What kind of negotiation ends without compromise? One that is designed to end in your opponents’ total surrender — and the Republicans were understandably reluctant to engage in such a loaded conversation. While conservatives spoke pointlessly on the TV news networks about how they were willing to talk but could not find anyone to talk to, President Barack Obama hit the campaign trail and accused them of wrecking the economy before crowds of cheering, adoring, unthinking fans. If Obama is unpopular with the Right in Washington DC, then it is partly a personal thing. He is not a very nice man to those he disagrees with, nor is he above denigrating them in public. His style of politics has contributed to the partisanship just as surely as Senator Cruz and his argument boots. In other words, the crisis of the past two weeks was not caused by one party but by a dysfunctional politics.

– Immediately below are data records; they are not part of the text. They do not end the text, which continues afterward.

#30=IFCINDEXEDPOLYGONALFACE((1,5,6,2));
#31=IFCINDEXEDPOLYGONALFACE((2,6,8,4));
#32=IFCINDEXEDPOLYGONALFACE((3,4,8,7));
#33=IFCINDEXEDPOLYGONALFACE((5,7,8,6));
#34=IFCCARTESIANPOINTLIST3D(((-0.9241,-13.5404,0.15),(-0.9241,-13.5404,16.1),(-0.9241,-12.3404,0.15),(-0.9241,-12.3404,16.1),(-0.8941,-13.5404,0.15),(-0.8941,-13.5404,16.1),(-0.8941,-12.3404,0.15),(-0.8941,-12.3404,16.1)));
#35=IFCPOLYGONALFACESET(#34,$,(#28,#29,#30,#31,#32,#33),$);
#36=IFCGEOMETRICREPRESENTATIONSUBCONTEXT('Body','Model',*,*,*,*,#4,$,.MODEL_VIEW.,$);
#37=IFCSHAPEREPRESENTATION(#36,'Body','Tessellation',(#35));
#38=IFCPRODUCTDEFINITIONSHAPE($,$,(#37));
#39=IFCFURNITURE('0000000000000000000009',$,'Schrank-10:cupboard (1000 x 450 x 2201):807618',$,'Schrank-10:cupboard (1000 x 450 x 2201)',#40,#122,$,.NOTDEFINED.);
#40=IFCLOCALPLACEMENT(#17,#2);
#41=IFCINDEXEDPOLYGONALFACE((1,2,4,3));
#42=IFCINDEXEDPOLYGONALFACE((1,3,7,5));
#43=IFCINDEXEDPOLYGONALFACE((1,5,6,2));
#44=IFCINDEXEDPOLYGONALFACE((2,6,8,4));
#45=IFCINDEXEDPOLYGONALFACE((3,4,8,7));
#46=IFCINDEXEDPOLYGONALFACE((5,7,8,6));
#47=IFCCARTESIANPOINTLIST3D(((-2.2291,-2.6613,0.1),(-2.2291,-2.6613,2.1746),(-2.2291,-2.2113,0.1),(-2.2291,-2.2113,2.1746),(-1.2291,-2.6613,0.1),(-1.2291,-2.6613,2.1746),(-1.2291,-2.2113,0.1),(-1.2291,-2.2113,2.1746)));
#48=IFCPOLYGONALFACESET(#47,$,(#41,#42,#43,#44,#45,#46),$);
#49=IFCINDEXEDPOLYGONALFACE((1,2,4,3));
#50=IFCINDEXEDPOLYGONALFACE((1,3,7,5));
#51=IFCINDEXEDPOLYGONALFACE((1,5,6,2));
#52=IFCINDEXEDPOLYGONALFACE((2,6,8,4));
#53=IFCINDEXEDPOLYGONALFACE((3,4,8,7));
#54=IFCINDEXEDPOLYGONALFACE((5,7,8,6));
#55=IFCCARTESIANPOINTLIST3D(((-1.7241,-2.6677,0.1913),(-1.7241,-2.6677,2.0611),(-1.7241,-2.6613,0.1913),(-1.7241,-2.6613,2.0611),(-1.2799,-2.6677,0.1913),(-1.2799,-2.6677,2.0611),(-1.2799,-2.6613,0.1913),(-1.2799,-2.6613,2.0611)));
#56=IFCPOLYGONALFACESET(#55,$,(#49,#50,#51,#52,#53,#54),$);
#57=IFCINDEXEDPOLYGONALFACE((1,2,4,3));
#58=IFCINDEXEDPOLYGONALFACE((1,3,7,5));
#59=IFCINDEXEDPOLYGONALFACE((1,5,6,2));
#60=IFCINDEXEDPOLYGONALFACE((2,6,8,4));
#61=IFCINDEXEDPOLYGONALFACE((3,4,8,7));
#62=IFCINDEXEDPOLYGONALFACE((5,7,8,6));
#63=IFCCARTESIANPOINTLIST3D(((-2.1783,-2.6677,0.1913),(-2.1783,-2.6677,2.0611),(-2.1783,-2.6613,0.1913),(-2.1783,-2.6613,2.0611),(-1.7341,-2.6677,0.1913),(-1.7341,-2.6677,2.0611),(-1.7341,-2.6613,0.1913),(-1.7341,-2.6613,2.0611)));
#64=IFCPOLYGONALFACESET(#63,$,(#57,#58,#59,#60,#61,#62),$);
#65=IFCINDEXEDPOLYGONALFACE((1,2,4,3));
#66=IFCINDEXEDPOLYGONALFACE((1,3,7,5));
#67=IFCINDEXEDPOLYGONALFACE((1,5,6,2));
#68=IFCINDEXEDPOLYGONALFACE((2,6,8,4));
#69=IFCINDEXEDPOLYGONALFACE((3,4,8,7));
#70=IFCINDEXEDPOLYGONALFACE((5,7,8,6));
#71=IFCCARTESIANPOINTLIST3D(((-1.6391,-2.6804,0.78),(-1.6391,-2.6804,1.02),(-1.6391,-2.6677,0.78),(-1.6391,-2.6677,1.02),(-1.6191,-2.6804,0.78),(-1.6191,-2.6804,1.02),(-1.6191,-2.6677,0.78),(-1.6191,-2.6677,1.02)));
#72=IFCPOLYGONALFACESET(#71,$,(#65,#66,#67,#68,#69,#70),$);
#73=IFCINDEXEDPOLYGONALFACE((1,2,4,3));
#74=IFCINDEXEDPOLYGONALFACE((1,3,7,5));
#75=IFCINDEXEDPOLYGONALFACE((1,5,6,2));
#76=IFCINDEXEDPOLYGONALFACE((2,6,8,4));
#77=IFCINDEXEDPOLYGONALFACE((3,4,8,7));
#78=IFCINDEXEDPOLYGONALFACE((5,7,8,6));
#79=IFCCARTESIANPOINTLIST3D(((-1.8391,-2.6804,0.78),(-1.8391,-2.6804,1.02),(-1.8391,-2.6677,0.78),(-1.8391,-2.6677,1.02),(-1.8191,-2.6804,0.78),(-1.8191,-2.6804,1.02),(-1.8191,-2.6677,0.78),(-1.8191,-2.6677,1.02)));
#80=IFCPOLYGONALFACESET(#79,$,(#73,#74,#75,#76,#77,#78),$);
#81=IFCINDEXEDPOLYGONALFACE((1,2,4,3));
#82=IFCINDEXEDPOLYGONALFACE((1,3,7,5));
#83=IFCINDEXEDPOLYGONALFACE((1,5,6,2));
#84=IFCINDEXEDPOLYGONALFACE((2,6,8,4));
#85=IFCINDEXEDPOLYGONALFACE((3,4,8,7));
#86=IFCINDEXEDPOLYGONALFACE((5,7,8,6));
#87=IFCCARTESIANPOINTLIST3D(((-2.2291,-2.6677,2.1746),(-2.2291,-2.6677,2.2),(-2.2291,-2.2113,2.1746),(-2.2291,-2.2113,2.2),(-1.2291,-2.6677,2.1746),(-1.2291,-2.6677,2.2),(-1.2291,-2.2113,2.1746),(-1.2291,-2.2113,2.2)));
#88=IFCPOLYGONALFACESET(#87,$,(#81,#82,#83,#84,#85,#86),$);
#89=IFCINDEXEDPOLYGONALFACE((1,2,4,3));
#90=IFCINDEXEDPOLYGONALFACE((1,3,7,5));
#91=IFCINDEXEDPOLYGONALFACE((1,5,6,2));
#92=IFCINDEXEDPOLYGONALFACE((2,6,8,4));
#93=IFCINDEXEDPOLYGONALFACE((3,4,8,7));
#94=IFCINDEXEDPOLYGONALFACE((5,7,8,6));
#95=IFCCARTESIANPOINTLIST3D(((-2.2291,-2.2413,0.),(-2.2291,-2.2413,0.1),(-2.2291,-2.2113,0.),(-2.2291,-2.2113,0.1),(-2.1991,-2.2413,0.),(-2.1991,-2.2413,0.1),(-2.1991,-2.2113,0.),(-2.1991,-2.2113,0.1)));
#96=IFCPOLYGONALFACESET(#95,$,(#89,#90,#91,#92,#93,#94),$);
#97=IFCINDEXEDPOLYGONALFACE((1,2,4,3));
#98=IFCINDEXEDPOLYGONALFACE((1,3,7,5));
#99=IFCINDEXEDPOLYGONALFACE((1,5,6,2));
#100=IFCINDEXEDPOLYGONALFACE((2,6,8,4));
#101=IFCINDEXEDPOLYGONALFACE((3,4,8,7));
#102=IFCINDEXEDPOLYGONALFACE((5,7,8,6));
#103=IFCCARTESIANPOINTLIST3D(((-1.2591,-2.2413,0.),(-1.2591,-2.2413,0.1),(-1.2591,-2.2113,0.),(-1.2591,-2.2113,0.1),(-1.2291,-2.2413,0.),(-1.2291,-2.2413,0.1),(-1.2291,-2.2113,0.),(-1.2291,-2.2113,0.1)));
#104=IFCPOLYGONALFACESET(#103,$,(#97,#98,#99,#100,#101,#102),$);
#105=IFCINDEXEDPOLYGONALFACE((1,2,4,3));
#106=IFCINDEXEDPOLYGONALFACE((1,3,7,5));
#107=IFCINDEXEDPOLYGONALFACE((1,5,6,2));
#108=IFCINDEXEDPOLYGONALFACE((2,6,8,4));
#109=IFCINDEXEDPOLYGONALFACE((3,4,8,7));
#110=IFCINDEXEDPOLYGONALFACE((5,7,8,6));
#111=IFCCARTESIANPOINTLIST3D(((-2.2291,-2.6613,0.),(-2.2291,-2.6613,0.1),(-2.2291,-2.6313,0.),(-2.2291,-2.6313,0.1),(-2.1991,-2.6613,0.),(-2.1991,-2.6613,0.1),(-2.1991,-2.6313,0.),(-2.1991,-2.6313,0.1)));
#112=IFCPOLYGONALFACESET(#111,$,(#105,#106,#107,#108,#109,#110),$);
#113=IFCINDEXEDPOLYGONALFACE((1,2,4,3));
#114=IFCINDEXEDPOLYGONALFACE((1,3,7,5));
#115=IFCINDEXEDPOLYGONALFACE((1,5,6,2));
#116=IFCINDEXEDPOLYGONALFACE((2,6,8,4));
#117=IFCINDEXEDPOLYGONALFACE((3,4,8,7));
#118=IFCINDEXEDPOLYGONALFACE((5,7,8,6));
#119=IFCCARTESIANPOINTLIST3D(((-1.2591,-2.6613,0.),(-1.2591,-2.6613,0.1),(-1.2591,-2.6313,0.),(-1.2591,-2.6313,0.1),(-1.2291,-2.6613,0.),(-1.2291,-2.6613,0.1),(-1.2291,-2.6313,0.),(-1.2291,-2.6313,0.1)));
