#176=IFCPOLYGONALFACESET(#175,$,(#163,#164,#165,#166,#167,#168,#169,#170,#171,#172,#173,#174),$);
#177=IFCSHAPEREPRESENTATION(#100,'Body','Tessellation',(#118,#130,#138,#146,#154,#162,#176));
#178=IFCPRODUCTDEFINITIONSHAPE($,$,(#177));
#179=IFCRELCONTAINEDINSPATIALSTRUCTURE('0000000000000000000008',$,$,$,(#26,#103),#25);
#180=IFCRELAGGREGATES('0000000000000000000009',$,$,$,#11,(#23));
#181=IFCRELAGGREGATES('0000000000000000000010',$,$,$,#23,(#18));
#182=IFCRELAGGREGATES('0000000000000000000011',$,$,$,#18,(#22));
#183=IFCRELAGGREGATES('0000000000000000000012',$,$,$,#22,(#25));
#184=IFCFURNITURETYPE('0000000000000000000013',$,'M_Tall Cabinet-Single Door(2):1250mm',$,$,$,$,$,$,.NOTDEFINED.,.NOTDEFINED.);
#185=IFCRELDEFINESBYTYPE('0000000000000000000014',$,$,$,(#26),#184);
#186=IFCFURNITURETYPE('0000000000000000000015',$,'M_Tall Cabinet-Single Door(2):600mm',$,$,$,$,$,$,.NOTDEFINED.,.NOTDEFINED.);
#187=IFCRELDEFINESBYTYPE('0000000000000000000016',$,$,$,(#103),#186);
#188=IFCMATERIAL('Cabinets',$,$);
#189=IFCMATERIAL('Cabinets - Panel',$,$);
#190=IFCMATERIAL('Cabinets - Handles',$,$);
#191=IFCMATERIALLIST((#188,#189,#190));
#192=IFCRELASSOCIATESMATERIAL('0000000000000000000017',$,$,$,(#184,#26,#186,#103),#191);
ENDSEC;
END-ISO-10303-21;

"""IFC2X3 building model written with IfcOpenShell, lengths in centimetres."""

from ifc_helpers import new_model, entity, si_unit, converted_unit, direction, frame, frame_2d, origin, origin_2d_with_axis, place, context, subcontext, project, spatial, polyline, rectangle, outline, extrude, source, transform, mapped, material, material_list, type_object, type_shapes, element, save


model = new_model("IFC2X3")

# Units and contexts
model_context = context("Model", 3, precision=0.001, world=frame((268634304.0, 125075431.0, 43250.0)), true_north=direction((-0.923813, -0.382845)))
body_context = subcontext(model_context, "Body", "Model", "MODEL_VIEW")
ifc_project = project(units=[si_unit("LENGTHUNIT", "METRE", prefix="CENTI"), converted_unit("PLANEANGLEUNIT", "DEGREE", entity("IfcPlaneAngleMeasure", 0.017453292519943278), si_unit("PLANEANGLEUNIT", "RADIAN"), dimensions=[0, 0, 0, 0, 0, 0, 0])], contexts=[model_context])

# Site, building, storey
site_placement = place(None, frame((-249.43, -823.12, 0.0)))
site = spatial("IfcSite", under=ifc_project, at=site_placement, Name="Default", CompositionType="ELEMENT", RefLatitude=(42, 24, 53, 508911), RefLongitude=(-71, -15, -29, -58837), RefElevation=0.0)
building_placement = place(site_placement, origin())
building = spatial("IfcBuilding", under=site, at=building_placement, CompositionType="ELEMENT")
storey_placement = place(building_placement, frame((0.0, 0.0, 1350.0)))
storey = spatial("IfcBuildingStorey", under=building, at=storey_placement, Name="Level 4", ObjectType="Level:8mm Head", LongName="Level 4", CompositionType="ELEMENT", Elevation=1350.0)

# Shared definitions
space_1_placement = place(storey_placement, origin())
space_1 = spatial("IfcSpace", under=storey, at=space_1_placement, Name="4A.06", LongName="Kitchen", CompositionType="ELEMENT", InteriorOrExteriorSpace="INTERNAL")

The US constitution was designed in the 18th century to create a divided government, in the hope that this would limit the powers of the state and protect local governments and individual freedom. Occupying that constitutional framework in the 21st century are two parties defined by an ideological war over what it means to be American. The Democrats have moved Leftwards since 2000, to the point that they have produced a health care reform that is almost European in its social democratic ambition.

The Republicans, meanwhile, have settled on the anti-government Right and stubbornly refused to move from what they regard as a position of patriotic principle. Given that their stand is against a skyrocketing debt (up about $6 trillion since Obama took office), some of us look upon their struggle with considerable sympathy. Alas, the American people have not yet decided which philosophy they prefer, which is why they have elected a Democrat president but a Republican House. There will be another round of congressional elections next year, but until the country decides definitively what it wants — until either a Left-wing or a Right-wing majority emerges in the electorate — we can expect this gridlock to continue. Indeed, all that America really agreed on Wednesday was a package to reopen the government, a package that ends in January. This means that the next shutdown showdown is just 90 days away and counting. We shall return to this subject in three months’ time.